Go through the data below and copy each line that includes "IFCUNITASSIGNMENT".

Records from a data collection
*** Begin section ***
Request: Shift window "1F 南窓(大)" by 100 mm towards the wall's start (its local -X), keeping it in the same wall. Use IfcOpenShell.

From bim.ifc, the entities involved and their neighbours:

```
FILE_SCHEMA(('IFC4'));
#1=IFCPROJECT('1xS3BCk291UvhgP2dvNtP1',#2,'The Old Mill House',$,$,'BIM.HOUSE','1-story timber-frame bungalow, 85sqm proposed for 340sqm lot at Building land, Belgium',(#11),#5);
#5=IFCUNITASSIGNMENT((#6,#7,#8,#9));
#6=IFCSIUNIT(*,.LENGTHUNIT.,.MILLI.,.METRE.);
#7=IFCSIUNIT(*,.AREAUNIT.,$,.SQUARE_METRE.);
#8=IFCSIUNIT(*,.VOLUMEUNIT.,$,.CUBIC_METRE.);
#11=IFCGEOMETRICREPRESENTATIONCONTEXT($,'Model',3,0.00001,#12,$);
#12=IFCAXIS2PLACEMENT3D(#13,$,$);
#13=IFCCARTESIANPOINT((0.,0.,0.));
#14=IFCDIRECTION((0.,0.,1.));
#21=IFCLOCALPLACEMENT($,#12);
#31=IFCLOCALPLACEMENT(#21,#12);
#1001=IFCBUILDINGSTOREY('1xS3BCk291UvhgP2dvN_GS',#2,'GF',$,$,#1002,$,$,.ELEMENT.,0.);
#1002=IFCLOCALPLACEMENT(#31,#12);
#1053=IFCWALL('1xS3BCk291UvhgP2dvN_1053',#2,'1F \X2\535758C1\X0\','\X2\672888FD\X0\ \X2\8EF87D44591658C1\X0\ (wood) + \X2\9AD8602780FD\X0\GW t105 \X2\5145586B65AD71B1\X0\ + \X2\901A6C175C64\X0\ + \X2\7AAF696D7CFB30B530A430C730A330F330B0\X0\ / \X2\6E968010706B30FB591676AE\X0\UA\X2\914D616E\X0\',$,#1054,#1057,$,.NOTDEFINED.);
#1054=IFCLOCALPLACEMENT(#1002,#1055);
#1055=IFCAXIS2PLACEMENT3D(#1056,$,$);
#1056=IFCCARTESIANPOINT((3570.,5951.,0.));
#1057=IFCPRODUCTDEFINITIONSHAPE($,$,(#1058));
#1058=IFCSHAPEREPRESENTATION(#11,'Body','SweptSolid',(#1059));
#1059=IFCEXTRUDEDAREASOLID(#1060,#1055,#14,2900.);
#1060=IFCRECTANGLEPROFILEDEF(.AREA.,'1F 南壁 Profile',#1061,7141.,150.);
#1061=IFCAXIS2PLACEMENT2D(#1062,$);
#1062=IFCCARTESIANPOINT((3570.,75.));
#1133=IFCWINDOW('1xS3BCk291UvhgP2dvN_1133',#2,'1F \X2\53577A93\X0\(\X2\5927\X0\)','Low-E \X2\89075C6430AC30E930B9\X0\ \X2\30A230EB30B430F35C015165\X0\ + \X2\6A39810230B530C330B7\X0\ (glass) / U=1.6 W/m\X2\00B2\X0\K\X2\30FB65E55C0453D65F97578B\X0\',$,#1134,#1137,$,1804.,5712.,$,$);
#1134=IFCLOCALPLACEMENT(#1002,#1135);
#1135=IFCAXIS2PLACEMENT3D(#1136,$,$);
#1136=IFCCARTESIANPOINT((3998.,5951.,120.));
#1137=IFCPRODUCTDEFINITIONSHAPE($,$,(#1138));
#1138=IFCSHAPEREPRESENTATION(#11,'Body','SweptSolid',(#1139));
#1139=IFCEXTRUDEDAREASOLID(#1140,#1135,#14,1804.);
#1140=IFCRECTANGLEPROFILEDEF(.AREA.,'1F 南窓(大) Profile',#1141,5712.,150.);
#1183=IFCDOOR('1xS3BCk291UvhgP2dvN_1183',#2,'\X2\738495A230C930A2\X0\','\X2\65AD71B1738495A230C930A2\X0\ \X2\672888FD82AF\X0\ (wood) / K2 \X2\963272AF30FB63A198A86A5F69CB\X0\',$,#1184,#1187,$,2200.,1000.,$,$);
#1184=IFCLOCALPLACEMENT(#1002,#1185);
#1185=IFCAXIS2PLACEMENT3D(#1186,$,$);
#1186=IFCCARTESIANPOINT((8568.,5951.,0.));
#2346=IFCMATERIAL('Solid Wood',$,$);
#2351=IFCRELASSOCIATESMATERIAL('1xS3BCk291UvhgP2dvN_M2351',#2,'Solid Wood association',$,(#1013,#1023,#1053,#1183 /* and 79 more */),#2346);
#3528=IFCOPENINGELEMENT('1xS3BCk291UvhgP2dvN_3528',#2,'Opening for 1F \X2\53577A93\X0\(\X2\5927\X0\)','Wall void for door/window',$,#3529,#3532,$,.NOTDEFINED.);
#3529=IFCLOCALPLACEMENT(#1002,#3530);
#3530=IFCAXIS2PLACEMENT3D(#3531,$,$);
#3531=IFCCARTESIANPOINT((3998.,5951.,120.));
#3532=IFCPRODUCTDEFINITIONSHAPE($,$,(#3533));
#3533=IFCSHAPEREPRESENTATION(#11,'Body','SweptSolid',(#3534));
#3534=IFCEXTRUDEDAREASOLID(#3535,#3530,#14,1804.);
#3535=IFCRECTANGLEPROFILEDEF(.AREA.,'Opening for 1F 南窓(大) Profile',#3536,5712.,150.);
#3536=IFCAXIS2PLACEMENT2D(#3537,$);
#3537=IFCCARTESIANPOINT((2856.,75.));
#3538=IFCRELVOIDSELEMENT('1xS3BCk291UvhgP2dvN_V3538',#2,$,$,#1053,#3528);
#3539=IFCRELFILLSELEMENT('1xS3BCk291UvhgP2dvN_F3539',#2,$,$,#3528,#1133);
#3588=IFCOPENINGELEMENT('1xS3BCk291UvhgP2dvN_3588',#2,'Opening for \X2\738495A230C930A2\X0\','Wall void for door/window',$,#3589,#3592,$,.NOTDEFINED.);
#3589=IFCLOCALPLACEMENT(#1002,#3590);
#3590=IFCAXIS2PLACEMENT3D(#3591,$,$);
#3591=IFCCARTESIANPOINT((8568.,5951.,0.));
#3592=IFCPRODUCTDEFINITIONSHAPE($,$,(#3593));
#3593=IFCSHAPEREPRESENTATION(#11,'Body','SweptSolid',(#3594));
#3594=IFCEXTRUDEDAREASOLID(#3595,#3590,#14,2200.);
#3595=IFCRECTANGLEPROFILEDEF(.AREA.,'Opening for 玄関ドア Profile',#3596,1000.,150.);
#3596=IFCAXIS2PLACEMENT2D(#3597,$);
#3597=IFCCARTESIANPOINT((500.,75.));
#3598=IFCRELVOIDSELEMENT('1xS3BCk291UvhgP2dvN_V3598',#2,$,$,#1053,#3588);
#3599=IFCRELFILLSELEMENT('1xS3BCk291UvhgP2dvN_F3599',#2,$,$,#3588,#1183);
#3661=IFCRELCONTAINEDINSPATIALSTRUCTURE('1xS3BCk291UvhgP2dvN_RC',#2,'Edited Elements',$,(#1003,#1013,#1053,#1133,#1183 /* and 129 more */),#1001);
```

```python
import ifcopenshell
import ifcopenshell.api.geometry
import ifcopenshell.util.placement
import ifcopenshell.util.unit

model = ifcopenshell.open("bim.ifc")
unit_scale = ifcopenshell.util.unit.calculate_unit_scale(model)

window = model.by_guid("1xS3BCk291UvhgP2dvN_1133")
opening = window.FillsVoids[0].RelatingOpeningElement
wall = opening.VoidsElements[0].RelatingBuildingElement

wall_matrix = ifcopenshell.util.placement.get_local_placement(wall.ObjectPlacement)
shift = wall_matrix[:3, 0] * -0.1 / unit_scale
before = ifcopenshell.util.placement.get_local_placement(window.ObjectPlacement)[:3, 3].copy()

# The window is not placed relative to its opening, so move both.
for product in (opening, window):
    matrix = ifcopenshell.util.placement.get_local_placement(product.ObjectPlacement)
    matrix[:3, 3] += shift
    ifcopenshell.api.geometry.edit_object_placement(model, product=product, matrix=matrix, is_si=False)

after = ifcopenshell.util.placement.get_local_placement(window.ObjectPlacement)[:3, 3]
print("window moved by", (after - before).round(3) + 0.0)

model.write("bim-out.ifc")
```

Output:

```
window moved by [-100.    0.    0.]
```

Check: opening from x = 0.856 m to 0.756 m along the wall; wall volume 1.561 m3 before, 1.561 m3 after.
*** End section ***
*** Begin section ***
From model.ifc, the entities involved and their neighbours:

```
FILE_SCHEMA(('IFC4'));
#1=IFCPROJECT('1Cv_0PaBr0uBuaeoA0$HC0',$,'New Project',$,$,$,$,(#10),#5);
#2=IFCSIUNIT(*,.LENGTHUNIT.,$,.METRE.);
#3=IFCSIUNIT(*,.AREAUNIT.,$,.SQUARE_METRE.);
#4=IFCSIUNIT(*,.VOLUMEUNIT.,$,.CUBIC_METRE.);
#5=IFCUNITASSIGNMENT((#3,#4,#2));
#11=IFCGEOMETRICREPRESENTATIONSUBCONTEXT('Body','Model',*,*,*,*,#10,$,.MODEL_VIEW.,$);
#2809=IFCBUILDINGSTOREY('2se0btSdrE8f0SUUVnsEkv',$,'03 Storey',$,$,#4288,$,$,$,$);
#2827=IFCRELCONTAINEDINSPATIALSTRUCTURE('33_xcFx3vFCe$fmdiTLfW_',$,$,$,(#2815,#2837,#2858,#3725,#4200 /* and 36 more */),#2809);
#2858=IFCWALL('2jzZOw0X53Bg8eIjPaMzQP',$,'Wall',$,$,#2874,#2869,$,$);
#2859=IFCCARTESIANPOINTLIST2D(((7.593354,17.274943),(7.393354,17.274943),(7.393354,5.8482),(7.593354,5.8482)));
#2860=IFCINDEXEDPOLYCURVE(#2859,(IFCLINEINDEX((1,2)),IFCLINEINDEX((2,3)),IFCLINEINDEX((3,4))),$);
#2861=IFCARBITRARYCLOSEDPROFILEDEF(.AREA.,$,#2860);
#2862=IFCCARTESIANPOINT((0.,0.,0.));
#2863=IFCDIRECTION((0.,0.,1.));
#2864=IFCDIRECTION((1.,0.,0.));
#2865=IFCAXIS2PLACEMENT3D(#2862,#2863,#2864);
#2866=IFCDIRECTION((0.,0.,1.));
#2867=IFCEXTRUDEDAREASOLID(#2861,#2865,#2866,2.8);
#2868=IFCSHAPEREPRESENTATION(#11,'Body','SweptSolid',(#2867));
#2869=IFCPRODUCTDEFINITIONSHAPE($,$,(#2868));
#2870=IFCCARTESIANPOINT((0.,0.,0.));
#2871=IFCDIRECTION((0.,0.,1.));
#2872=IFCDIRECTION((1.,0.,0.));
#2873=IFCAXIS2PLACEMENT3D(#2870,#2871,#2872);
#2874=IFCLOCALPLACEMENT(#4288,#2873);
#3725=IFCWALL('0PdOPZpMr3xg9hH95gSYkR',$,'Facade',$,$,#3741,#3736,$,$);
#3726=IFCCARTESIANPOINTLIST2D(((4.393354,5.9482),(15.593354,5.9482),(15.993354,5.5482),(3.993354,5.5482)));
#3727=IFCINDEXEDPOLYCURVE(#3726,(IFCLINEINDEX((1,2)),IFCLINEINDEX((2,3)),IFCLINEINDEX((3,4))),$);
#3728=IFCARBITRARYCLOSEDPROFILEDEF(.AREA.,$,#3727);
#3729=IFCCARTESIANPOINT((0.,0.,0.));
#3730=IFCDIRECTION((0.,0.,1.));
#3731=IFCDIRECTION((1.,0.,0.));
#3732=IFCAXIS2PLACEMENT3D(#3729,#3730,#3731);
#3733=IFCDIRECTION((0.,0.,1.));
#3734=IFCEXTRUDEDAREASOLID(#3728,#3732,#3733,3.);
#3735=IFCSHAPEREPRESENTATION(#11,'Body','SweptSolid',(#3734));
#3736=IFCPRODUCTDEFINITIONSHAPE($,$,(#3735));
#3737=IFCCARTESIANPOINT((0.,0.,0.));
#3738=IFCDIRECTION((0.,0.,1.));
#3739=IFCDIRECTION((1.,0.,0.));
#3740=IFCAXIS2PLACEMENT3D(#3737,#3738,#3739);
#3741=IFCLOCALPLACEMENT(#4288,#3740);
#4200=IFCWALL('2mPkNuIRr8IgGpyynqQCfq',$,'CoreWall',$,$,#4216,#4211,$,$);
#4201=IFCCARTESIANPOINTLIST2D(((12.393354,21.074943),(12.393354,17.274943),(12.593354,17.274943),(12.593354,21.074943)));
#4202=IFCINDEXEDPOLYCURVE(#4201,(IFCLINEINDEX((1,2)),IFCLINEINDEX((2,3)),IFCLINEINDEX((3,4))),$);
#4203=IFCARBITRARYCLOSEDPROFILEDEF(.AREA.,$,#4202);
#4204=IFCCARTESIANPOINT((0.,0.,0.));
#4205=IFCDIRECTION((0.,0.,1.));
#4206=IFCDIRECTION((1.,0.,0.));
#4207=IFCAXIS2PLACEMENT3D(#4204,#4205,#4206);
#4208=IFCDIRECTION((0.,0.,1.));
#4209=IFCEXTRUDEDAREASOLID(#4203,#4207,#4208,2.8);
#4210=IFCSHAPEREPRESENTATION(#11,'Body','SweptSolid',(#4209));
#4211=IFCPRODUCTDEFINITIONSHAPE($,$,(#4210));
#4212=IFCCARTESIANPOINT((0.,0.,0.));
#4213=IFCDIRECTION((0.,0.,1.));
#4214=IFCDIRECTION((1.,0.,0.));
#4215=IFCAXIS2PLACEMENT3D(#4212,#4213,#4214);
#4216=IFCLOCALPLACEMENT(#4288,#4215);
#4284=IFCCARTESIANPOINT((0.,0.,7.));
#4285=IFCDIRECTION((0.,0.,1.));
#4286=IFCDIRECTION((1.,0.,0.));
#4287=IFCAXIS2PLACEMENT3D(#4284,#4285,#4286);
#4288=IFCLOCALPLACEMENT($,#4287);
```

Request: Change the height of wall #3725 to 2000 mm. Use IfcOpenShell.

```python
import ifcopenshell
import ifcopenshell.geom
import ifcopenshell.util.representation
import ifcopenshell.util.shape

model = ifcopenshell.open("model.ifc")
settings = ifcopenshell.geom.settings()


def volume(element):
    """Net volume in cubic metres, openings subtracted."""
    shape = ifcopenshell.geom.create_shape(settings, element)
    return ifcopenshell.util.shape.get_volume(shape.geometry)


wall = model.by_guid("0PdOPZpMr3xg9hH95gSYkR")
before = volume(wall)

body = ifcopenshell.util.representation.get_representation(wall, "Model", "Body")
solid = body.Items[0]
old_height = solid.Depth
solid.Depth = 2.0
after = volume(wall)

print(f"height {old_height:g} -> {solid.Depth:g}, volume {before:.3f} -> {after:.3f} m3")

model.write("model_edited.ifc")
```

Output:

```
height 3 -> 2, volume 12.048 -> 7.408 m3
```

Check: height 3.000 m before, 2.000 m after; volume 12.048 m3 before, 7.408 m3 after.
*** End section ***
■ Response to the exercise
#5=IFCUNITASSIGNMENT((#6,#7,#8,#9));
#5=IFCUNITASSIGNMENT((#3,#4,#2));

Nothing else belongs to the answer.